The common man had the intuition to express things in a simple way, with drawings that had to do with love, fear, sex, life ... That is why graffiti is as old as man, it is a language that begins with the man.

It stayed for a while in the gutter, forgotten, and now it is given more value.

I like it.

It has a lot of value because it is popular art.

A sensitive person can achieve interesting things that a professional cannot.

What do you think when you see that works of art are bought for millions of euros? If the millions of euros that a work of art may be worth are used to ensure that it is respected and not destroyed, that is fine to me. In your case, your work it talks about the closest experience, although it revolves around great themes such as the human body, the city or even the domestic interior.

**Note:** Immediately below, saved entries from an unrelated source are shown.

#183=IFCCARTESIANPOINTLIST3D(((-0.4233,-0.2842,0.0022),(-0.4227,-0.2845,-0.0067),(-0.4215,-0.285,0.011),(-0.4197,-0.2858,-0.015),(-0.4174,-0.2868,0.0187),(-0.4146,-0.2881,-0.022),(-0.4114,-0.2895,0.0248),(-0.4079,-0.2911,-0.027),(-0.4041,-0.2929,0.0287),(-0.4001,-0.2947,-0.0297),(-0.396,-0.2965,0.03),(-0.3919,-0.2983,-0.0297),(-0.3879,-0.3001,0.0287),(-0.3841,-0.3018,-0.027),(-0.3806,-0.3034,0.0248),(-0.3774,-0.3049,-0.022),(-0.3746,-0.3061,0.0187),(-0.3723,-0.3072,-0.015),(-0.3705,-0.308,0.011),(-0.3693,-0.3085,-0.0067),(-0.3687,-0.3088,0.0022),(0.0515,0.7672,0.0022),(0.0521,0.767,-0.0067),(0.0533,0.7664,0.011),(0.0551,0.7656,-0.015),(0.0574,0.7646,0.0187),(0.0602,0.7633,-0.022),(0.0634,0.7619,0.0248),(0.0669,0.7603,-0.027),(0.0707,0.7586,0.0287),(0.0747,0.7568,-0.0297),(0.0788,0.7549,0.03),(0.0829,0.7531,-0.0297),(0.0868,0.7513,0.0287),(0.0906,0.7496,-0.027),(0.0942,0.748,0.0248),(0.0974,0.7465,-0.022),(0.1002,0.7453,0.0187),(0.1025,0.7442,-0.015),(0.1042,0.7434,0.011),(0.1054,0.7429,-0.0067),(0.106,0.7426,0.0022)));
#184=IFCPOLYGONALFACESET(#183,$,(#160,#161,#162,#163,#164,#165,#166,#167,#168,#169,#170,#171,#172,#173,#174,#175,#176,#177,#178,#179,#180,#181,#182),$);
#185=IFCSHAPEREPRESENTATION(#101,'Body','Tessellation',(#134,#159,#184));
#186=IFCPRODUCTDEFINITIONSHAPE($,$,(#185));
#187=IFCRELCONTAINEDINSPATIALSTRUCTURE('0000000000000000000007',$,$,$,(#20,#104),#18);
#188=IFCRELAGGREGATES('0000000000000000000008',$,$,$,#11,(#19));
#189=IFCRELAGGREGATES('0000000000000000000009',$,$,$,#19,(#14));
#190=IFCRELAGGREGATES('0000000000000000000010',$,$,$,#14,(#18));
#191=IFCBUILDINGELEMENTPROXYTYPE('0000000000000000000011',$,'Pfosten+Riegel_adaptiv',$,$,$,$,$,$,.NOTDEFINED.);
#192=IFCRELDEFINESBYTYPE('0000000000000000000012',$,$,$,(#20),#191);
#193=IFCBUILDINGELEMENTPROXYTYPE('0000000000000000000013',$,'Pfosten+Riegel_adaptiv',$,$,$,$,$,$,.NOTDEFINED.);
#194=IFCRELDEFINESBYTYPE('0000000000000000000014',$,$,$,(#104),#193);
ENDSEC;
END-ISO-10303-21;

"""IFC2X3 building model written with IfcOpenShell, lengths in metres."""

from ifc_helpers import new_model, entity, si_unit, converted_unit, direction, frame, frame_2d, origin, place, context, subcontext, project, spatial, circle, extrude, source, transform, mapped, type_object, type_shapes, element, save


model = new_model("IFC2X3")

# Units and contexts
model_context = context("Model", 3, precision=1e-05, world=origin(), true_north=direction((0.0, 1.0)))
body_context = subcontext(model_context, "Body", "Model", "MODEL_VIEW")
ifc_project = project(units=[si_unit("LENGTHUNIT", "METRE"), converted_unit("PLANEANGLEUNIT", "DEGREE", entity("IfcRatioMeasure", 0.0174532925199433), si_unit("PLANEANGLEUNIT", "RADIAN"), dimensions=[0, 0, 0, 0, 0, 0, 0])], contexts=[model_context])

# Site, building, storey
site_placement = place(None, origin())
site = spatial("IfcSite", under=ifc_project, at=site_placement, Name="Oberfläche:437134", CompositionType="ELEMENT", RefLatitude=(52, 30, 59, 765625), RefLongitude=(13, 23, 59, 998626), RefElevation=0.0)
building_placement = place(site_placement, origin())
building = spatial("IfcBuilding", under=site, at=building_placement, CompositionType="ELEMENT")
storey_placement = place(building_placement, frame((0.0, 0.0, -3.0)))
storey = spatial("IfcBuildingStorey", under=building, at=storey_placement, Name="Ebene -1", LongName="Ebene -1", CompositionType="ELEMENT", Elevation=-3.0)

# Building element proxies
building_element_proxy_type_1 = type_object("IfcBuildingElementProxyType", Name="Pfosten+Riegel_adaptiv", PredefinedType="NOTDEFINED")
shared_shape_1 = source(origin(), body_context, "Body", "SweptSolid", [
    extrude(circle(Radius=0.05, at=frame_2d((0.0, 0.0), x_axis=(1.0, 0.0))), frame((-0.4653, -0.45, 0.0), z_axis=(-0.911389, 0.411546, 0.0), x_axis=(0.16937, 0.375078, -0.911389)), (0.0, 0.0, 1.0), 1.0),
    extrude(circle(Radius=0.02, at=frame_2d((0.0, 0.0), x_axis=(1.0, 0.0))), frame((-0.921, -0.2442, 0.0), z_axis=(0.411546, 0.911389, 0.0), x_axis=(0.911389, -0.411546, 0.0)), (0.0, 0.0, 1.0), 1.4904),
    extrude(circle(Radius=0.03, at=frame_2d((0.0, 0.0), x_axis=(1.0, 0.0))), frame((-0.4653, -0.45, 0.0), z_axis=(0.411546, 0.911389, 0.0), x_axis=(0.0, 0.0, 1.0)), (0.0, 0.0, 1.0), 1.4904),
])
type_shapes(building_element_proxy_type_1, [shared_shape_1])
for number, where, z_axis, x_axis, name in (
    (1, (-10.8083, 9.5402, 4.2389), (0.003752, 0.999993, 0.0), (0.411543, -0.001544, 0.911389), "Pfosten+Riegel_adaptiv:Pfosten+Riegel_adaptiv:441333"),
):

It would seem that it is glued to reality.

What is it that attracts you so much about her?

Where are you going to get things if it is not your life?

The reality is our life.

Since the Altamira caves, painting has been nurtured from the real world.

I copy reality, but as a painter you must express a feeling and an emotion, something that is actually a mystery.

Without mystery, a painting that is a mere copy of reality has no value.

That's what photography is for, which better copies reality.

He says the confinement hasn't affected him much.

The man has lived more serious things.

This pandemic is nothing.

And in my work I have not noticed much.

No painter's life has changed, because our work is in solitude.

I do it with hardly any interaction with people.

But it is true that everything around me has changed.

What we have experienced is a threat to all of us as human beings.

We don't do things right.

Are you afraid? No, I'm not afraid.

I'm sorry that the people I love are dying.

The rest is life.

I like life and I am not afraid of life.

Not even death.

I don't think about her and maybe I'm unconscious.